We’ll be looking at the idea of ‘toxic masculinity’ soon; it’s a term I often think could comfortably be shortened to just masculinity at a time when, as ‘anti-feminist feminist’ Christina Hoff Sommers has noted, there is a War Against Boys.
It never occurs to our betters that the malign influence may be them, or that their ‘enlightened’ concerns about boys may be yet another part of the culture war, or part of an elitist project of trying to ‘change the culture’.
Following news that school exclusions in England are skyrocketing, even for primary-school kids, perhaps one of the ‘cultures’ that could do with a change is that of schools themselves and their seeming inability to maintain a disciplined environment.
We’ll be looking at this issue next week, not least because in all the talk about the problem of discipline in schools there appears to be a remarkable blind spot, one that can find all sorts of explanations for the problem except the most obvious one: the loss of teacher authority in the classroom.

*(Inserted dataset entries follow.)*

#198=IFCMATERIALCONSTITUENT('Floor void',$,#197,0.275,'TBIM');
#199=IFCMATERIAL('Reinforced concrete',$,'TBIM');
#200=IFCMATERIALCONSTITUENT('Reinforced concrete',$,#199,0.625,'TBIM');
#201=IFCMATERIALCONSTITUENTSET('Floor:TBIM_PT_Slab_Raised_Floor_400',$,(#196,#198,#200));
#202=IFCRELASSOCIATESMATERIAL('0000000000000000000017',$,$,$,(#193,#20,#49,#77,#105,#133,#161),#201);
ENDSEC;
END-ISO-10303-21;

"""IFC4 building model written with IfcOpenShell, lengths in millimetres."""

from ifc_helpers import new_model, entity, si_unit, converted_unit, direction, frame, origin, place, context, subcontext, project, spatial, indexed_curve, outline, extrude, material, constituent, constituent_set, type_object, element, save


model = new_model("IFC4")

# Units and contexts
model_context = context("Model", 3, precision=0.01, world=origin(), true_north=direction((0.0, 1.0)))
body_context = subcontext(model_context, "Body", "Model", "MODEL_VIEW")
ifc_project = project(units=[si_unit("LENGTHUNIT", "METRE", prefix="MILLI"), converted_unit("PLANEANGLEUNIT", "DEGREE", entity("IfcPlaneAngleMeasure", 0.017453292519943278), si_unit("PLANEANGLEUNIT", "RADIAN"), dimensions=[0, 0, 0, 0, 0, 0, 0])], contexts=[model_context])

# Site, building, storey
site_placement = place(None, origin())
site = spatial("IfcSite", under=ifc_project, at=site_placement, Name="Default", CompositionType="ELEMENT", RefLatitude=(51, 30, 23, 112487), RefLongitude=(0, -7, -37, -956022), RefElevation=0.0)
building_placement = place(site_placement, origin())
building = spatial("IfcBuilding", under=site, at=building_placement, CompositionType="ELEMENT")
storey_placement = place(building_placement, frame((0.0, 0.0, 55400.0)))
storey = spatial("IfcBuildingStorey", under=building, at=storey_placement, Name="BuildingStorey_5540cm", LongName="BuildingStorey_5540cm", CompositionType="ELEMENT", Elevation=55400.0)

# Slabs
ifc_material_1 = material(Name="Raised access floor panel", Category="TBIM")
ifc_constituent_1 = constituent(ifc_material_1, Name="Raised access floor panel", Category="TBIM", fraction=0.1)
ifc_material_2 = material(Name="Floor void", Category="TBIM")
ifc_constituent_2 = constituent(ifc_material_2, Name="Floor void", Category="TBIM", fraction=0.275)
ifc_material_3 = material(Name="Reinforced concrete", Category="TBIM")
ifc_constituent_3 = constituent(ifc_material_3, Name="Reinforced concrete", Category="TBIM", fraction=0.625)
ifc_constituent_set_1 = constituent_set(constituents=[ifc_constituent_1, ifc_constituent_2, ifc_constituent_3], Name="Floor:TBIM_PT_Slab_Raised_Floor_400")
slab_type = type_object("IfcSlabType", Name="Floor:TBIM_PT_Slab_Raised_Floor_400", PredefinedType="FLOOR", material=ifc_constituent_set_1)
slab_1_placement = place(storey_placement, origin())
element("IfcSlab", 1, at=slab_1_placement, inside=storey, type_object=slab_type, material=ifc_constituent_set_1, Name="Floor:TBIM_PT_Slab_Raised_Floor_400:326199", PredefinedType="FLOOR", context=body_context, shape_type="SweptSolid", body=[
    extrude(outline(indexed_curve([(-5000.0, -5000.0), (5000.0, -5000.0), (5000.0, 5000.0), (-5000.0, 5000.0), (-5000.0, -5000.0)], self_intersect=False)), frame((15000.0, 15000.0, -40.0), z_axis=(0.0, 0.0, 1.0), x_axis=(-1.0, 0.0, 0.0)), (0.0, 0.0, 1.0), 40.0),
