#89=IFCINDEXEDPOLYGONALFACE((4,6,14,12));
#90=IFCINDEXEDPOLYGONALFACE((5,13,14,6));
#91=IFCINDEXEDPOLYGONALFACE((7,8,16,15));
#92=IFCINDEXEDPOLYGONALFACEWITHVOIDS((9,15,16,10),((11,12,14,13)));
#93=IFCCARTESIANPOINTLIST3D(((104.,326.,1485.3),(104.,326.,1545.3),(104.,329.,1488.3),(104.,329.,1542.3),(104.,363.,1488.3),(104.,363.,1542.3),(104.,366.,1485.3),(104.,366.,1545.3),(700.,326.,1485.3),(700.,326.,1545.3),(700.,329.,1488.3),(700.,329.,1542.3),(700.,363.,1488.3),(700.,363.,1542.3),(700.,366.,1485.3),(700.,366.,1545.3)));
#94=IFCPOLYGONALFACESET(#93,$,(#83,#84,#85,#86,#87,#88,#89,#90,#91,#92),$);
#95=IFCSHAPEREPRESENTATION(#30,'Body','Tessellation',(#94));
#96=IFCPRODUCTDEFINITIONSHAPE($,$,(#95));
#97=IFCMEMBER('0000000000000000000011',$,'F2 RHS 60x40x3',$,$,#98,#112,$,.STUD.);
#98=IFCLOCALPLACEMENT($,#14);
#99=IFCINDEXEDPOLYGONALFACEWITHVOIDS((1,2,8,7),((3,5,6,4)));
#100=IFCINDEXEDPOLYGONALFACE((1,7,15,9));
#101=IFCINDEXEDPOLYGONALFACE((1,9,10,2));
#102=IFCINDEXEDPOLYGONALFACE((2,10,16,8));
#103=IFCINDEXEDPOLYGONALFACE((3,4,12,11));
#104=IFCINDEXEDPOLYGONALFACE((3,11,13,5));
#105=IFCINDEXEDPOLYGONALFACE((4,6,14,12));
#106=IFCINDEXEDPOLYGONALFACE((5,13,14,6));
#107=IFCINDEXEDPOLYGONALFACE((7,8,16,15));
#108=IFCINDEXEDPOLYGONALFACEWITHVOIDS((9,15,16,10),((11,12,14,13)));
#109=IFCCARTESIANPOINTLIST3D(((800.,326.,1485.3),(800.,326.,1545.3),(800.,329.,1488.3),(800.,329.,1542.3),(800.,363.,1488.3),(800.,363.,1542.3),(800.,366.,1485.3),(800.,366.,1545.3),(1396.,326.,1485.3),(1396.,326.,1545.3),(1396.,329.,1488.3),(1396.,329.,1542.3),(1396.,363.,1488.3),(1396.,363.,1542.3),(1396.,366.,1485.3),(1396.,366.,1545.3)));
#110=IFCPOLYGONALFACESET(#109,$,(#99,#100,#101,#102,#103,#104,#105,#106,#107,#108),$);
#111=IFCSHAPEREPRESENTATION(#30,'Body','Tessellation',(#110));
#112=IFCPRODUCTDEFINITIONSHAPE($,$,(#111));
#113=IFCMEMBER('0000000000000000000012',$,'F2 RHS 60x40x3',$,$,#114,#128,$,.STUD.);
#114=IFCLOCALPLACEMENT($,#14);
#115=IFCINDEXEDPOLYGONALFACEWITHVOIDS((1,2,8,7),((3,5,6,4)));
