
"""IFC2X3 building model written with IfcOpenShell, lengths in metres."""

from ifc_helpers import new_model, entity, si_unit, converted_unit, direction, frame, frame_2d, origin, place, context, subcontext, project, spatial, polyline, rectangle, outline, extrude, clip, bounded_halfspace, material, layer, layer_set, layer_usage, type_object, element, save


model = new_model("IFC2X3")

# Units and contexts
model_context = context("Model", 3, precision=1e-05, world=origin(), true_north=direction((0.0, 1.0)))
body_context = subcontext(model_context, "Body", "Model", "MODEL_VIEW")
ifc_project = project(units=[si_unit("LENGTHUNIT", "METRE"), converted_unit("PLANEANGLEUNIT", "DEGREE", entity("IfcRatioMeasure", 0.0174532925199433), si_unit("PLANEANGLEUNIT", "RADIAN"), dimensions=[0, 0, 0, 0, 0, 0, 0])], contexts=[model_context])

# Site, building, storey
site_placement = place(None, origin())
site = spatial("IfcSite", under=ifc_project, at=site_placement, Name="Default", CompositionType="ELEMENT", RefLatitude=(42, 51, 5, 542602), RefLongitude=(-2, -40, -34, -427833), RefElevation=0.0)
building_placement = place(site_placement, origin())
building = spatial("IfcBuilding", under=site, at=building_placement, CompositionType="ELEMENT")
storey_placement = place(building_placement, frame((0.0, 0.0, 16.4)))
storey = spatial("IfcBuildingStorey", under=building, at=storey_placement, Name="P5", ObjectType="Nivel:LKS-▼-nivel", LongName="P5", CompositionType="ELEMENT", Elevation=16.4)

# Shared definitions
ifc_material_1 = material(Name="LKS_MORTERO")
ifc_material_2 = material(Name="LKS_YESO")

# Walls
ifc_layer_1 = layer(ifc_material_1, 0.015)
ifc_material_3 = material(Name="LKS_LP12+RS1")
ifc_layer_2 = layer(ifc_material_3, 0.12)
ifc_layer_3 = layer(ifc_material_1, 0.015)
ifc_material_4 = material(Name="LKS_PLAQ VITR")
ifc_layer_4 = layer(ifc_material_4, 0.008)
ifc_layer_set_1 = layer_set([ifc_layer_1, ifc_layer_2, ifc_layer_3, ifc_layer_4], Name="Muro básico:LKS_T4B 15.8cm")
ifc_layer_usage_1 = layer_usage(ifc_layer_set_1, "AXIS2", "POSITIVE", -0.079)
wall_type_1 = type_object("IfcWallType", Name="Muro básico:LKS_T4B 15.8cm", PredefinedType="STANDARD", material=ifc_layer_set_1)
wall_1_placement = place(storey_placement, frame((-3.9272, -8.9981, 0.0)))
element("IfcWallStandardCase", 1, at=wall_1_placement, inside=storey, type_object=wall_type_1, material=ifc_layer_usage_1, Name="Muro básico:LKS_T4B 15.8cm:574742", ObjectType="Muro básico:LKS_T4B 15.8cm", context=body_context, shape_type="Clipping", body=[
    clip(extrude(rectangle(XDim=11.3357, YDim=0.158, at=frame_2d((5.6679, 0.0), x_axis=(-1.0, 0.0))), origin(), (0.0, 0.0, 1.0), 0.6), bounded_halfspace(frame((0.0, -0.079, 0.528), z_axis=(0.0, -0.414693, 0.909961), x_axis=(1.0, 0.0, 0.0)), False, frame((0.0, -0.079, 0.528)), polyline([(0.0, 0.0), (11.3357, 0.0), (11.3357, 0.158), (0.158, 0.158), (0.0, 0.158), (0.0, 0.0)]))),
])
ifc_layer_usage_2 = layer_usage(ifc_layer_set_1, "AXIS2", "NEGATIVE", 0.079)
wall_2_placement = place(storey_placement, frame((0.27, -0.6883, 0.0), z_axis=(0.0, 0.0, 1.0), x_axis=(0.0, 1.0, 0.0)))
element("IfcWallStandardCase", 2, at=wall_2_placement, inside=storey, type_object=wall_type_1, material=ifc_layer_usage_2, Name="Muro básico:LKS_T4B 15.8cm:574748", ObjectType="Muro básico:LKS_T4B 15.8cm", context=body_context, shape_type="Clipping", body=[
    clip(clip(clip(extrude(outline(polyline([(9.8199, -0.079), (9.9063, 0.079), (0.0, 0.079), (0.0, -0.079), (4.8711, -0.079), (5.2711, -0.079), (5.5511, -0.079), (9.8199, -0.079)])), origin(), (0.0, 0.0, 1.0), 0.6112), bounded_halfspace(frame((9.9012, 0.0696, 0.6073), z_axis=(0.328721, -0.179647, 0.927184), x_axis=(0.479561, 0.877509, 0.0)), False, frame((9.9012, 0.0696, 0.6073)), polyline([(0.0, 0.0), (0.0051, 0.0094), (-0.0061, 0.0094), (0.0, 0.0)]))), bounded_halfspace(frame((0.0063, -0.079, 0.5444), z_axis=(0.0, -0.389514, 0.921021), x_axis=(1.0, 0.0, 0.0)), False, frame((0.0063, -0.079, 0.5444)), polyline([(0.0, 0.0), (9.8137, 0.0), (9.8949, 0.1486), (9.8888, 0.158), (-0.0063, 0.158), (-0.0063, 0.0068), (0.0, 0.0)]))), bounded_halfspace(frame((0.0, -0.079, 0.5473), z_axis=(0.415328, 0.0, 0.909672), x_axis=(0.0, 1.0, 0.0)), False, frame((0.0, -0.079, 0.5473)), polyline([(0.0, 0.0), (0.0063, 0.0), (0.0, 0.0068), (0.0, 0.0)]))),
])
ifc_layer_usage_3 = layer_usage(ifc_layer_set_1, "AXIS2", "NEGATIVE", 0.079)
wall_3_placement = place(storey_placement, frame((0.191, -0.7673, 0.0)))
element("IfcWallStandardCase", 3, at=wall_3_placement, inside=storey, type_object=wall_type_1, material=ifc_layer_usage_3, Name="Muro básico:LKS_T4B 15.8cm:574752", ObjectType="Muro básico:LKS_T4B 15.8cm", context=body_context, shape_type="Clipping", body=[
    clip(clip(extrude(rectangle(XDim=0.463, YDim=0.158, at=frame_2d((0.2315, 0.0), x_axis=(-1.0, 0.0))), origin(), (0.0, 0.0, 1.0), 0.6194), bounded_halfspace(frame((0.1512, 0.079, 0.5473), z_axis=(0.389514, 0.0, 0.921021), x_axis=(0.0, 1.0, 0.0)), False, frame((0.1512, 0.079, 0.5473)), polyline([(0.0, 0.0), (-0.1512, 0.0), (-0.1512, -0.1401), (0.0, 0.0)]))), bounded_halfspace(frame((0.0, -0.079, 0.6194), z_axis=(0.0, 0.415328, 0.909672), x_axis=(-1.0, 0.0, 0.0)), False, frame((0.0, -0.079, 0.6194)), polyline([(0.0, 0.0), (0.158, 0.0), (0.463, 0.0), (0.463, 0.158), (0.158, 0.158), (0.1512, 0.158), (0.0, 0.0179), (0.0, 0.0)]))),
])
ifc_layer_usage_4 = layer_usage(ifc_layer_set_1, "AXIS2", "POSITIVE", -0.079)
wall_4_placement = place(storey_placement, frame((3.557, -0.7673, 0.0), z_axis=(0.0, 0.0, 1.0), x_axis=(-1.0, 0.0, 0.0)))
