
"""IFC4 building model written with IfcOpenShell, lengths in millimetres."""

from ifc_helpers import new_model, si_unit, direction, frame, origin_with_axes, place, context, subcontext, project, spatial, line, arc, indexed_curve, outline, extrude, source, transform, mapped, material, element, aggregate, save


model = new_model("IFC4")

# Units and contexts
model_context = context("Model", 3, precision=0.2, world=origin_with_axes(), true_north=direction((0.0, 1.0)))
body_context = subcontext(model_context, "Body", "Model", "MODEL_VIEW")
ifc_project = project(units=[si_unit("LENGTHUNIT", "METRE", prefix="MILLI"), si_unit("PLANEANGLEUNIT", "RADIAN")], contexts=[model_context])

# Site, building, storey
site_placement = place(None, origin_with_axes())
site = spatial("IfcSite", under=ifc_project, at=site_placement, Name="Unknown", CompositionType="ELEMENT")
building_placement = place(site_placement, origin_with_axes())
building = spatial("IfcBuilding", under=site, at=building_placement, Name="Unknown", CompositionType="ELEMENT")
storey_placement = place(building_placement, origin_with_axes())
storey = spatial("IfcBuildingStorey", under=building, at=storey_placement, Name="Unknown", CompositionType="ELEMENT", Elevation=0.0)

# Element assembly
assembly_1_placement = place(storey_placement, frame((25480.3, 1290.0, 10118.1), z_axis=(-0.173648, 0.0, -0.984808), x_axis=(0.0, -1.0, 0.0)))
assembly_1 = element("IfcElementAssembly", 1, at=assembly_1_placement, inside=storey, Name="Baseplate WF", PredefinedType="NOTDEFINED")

Perhaps if teachers or writers for the TES are looking for role models for boys, they could start with themselves and ask whether their brand of therapeutic wellbeing management is going to inspire the men of tomorrow.
Last week, SUE supporters handed out our leaflet about transgender ideology in schools. They chose Downfield Primary in Dundee because it was the first primary school in Scotland to receive an LGBT badge of honour through the LGBT Youth Scotland award scheme. They found that it was best to do this at home-time and to give leaflets to parents in their cars or when they were walking away from the school with their children.
They received a good reception from a number of parents but not from the rather flustered headteacher who didn’t want leaflets to be handed out. Now at least many of the parents will know what is being taught in their school and we’ll see how things pan out from here.
It would be interesting to know what the people who are so concerned about ‘malign influencers’ think of this school and the many others like it that don’t appear to understand what a boy or a girl is, let alone be able to provide role models for them.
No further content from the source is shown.